13 mars 1943. Alors qu’il débute son travail au restaurant la Daurade, situé sur le Vieux-Port de Marseille, Albert, 20 ans, est interpellé par deux soldats allemands. Ils lui prennent ses papiers.
Avec des centaines d’autres jeunes, le Marseillais est contraint de monter dans un train à la gare Saint-Charles. Choqué et en détresse, il n’apprend sa destination qu’à l’arrivée. Il est débarqué à Ludwigshafen, ville où se trouve la principale usine de l’entreprise chimique allemande IG Farben (on y fabrique notamment le gaz Zyklon B utilisé dans les chambres à gaz).
Pendant dix-huit mois, le jeune homme est forcé à remplir des wagons de charbon, six jours sur sept, 10 heures par jour. Albert subit également les bombardements des Anglais et des Américains « en pensant chaque jour qu’il va y rester ». Il perd des milliers de collègues. Un jour, il est « pris par une bombe à retardement » qui explose et lui traverse entièrement le bras droit.
Albert Corrieri avait 20 ans quand il a été déporté en Allemagne. Photo DR..

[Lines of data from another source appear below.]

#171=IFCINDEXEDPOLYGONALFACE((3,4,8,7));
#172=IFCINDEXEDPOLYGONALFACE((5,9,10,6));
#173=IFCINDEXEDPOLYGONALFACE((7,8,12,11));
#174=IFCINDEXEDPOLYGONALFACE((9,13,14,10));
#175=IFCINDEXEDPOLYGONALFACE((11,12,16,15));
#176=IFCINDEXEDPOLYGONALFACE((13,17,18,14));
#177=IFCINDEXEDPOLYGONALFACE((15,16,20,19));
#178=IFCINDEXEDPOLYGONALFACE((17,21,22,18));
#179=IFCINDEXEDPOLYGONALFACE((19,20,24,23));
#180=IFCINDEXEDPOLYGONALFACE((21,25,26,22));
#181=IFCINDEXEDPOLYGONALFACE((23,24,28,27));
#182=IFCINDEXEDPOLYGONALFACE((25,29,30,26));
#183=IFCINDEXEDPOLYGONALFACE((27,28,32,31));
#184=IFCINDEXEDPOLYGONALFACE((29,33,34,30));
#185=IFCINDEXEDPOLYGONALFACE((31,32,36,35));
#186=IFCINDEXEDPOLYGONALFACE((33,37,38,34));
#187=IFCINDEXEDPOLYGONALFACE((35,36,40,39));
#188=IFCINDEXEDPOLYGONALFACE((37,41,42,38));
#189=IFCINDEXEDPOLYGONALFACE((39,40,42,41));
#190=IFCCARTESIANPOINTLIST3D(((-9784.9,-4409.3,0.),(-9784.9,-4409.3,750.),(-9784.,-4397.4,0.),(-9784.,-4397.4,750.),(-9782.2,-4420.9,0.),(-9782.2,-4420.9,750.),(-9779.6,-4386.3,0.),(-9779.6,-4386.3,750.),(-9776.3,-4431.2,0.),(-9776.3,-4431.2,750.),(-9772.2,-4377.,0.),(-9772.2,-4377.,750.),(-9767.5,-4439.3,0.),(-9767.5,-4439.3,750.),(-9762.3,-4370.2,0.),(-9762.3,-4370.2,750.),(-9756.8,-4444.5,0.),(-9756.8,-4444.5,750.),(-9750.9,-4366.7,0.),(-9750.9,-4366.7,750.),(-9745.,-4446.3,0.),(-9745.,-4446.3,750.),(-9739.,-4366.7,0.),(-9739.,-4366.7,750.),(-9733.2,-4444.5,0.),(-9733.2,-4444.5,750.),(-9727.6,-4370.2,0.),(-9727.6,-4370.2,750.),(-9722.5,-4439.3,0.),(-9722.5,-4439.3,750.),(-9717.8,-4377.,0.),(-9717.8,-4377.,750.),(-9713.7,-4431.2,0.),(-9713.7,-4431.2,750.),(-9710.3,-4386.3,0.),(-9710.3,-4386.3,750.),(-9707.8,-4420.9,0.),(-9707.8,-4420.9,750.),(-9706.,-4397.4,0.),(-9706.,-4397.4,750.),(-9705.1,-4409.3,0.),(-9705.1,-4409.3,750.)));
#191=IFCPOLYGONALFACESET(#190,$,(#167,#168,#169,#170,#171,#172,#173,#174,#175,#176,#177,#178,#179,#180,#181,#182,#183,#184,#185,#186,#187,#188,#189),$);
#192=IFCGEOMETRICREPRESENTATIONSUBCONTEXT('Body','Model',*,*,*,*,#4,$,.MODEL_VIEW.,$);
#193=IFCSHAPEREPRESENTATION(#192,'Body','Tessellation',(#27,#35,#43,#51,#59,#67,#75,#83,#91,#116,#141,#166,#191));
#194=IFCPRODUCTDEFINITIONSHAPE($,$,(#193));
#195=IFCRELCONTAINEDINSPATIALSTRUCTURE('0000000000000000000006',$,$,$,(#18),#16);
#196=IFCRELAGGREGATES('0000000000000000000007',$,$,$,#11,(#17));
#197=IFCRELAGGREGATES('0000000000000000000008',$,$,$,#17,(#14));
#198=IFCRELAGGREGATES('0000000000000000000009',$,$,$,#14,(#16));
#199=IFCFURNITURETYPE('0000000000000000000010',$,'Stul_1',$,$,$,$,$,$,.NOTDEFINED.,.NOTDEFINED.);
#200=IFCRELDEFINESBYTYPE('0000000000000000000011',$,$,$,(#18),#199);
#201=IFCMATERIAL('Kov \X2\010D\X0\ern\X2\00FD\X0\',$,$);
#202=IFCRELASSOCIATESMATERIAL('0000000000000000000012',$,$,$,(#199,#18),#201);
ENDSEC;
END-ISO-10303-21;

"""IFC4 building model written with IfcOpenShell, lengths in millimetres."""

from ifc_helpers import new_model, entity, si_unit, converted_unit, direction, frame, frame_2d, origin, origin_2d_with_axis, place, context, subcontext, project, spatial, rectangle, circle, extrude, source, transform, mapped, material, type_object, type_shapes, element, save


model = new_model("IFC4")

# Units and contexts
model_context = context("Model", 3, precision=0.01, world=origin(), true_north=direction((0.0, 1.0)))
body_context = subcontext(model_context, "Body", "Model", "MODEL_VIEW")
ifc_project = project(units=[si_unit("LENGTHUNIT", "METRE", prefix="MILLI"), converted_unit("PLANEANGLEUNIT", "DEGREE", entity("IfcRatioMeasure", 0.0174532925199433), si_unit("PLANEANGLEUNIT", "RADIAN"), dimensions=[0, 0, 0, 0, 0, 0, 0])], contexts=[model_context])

« Des représailles envers ma famille »
À 200 kilomètres de là, c’est au tour d’un autre jeune homme d’être contraint de monter dans un convoi, cette fois-ci en gare de Nice. Erpilio a déjà reçu deux convocations auxquelles il n’a pas répondu. Mais le troisième courrier ne lui laisse plus le choix: « On me priait de me présenter instamment à l’adresse indiquée et si je ne le faisais pas, des représailles pouvaient être exercées envers ma famille. Il citait père, mère, frère ou sœur. »
Après un long voyage, le Niçois descend à Oberkassel, un district de Düsseldorf, à l’est de l’Allemagne, à 1.200 km de la Côte d’Azur. On le conduit dans une usine privée, la Deutsch Delta Metal « qui travaillait certainement pour la défense allemande ». Ayant suivi des cours d’électricité dans une école à Nice, est chargé de s’occuper de réparer les machines qui tombent en panne. Tout comme Albert, Erpilio subit de nombreux bombardements des Américains. « Il y en avait tous les jours, de jour ou de nuit. C’était ce qui était le plus dangereux. »

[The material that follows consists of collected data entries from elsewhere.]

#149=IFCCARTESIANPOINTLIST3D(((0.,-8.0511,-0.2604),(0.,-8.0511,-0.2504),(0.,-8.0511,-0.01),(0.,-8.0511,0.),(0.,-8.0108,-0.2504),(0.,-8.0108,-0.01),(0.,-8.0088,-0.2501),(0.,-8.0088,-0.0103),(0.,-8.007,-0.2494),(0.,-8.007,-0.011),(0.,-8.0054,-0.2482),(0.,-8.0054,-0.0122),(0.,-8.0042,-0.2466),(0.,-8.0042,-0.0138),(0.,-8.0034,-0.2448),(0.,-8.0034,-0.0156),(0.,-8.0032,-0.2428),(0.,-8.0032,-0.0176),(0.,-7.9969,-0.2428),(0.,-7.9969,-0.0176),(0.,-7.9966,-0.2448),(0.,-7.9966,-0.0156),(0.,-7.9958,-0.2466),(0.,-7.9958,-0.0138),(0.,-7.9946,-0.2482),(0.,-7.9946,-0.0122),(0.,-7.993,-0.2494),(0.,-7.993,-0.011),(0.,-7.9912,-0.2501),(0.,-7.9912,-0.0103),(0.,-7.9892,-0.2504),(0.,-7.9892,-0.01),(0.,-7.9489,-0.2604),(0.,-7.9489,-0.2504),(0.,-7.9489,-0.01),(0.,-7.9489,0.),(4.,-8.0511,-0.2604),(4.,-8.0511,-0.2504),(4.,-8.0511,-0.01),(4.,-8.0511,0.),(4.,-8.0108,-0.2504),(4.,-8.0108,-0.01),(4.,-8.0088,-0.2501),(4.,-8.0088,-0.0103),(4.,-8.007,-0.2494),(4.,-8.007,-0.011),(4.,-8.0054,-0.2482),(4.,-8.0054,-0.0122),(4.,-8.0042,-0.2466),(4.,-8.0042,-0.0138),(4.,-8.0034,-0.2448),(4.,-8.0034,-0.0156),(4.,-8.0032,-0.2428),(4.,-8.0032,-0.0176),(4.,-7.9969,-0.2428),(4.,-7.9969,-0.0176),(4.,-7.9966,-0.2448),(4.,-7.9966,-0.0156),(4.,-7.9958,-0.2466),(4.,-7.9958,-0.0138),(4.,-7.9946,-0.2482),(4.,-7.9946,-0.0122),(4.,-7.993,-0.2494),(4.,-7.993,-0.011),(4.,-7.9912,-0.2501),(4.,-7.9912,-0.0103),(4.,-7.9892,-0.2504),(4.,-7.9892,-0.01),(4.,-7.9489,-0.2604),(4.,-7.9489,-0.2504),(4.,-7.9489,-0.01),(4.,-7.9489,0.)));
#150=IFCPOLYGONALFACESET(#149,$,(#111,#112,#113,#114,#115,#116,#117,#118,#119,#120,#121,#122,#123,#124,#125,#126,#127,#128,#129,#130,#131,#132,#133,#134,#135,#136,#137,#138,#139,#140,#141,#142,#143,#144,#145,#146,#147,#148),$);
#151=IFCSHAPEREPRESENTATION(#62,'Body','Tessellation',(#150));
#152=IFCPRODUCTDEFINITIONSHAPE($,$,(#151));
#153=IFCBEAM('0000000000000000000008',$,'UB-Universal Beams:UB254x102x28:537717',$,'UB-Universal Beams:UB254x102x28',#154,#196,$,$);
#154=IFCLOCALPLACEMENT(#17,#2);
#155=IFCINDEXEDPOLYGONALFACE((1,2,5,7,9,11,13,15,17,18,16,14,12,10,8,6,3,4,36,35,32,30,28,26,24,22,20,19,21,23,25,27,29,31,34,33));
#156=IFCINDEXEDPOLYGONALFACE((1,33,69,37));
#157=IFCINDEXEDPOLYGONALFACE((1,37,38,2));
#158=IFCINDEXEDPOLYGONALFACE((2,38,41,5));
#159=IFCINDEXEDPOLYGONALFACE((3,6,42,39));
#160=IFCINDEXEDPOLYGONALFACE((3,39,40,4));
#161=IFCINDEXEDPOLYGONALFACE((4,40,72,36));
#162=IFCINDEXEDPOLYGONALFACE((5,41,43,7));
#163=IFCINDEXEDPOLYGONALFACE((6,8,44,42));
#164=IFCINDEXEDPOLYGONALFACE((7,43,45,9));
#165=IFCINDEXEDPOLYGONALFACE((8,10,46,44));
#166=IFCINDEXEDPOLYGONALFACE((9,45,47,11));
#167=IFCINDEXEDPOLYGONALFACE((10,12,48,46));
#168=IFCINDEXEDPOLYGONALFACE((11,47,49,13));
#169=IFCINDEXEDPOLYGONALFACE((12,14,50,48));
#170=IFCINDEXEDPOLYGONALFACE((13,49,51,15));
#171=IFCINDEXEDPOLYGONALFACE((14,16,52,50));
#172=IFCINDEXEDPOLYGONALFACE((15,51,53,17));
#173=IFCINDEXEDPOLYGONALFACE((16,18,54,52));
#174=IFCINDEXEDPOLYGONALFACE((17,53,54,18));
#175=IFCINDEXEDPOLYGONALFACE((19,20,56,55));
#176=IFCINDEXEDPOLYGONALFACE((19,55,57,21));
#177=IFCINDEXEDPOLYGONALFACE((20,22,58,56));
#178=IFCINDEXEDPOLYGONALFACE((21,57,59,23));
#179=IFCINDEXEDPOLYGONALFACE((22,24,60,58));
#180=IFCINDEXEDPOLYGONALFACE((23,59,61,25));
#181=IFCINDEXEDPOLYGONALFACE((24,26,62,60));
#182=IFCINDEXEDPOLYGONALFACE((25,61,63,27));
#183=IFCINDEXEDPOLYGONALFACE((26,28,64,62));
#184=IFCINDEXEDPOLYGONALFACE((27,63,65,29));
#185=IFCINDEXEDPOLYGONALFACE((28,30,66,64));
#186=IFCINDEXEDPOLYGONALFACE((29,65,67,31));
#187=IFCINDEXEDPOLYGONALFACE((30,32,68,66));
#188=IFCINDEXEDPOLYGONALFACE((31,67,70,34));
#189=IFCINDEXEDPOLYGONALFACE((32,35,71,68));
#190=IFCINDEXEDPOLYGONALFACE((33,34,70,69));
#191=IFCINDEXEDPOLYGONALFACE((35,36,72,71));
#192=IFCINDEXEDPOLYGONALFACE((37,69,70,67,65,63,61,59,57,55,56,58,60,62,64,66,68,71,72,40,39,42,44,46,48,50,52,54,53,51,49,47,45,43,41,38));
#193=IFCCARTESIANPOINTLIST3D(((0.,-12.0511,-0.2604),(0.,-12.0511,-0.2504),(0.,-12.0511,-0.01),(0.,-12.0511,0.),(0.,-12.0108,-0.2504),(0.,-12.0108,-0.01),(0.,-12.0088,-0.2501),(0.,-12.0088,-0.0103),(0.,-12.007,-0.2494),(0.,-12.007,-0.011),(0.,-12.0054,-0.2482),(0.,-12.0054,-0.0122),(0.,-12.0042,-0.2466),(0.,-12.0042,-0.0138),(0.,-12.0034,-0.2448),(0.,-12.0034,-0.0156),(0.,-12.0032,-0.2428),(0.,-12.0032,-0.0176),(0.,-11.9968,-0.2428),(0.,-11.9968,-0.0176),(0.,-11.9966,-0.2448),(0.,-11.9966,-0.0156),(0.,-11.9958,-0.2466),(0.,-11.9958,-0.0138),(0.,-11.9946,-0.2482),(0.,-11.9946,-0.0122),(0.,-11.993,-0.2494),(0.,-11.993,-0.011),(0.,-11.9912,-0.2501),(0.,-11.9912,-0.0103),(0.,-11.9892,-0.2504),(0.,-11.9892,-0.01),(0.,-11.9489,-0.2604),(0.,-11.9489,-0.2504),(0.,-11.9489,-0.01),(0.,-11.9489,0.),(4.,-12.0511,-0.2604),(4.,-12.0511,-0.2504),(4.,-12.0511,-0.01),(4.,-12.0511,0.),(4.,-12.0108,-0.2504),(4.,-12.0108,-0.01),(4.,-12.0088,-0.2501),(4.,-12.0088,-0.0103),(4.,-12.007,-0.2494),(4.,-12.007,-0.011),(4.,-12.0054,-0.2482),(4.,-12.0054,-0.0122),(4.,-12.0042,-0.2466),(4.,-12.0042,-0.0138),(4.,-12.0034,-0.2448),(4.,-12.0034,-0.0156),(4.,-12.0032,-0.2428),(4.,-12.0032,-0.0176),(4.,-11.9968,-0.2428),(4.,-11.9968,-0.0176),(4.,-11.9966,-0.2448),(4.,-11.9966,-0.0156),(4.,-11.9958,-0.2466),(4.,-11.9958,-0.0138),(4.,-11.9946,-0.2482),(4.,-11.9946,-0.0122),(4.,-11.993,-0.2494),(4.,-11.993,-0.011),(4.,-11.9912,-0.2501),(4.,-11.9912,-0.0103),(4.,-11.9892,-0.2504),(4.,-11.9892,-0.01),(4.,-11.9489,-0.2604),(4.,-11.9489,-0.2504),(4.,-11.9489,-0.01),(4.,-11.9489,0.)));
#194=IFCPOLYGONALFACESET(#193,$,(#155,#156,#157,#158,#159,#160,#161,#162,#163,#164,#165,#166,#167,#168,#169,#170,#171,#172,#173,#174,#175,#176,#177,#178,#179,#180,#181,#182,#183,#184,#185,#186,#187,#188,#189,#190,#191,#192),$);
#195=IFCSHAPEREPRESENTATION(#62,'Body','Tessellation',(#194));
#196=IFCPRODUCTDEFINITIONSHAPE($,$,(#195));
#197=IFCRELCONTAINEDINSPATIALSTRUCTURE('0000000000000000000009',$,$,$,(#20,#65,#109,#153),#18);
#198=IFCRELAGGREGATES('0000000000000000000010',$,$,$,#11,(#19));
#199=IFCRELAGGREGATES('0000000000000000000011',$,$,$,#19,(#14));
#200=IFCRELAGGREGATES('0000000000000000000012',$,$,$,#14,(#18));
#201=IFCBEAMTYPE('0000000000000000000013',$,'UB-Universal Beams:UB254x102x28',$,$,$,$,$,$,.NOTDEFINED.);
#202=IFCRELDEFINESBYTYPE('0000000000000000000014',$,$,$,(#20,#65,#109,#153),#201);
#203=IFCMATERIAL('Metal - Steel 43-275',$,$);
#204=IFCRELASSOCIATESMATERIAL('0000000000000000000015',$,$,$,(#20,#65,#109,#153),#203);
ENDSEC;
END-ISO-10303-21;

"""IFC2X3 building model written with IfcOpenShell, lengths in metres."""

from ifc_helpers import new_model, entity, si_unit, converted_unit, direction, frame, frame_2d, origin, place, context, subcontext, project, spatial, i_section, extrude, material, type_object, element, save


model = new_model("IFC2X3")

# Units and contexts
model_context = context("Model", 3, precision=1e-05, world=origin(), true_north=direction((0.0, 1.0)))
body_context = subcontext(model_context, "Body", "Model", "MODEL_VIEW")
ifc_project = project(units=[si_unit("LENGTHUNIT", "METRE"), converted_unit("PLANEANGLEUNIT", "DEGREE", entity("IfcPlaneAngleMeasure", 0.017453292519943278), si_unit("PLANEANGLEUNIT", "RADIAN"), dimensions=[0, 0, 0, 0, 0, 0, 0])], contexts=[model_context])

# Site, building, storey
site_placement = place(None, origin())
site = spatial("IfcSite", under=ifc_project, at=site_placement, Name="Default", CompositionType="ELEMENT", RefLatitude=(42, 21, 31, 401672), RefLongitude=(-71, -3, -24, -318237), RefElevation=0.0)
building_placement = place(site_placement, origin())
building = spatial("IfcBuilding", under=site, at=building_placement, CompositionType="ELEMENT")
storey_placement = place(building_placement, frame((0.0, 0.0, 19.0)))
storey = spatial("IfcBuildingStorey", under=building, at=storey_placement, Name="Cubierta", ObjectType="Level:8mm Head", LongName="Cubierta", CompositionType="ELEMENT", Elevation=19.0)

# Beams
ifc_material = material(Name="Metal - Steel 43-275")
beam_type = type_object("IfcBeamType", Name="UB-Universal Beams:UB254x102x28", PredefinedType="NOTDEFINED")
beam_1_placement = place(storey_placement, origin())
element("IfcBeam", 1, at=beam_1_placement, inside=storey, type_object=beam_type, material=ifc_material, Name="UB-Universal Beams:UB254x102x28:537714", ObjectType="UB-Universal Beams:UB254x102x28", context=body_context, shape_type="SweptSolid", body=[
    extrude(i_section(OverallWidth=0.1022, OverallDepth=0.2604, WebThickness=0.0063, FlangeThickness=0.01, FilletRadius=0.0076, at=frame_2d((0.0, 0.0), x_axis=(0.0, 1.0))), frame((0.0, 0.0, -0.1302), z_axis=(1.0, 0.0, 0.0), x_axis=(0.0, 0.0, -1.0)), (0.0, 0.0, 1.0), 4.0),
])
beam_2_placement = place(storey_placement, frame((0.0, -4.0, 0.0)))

À la fin de la guerre, Albert et Erpilio sont renvoyés chez eux. Ils auront fait partie des 650.000 jeunes Français déportés dans le cadre du Service du travail obligatoire mis en place par le régime de Vichy. Environ 250.000 ne sont pas revenus.
Erpilio Trovati, alors qu’il avait 20 ans, peu de temps avant d’être déporté en Allemagne. Photo S.B./NM .
Le combat
Albert, dès 1957, débute des démarches pour demander réparation après ce qu’il a subi à cause de l’État français (régime de 1940 à 1944). Mais il peine à se faire entendre. Il y a quelques années, il décide de réunir un historien marseillais, Michel Ficetola et un avocat, Me Michel Pautot, pour l’aider.
Après deux tentatives de démarches à l’amiable auprès de l’ONaCVG (Office national des combattants et des victimes de guerre), Me Pautot décide de porter l’affaire au tribunal administratif de Marseille. Si on ne lui paye pas le préjudice moral qu’il a subi, Albert veut au moins que l’État l’indemnise pour le travail qu’il a effectué. À raison de 10€ de l’heure en tant que travailleur manuel qualifié dans l’usine pendant dix-huit mois, cela représente une réparation financière de 43.200€.
Erpilio et son petit-fils entendent alors parler de la démarche et décident aussi de lancer une procédure avec Me Pautot. La demande de réparation s’élève à 33.400€.
Les demandes d’Erpilio et d’Albert ont été rejetées en première instance, étant prescrites selon la justice.
« En attente d’un geste fort de la République »
La suite pour les deux centenaires se déroulera devant la cour administrative d’appel de Marseille le 24 juin prochain. « Messieurs Trovati et Corrieri ont droit à une indemnisation de la République pour la ‘déportation’ et le ‘travail forcé’ qui leur a été imposé dans les usines allemandes, ces actes étant reconnus et qualifiés de ‘crime contre l’humanité’ par les conventions internationales mais aussi la loi française« .
Et d’ajouter: « Ils sont parmi les seuls survivants de cette sinistre période. Les victimes du STO ne peuvent pas être les ‘oubliés’ ou les ‘invisibles’ de l’histoire. La République est redevable envers ces hommes que le régime de Vichy a contraint et forcé de travailler avec l’ennemi. C’est un devoir, une obligation de notre République de s’en souvenir mais aussi d’indemniser ces déportés du travail. Avec cette procédure, nous sommes en attente d’un geste fort envers ces plaignants de la part de la République française qui vient de célébrer les 80 ans du 8 mai 1945″.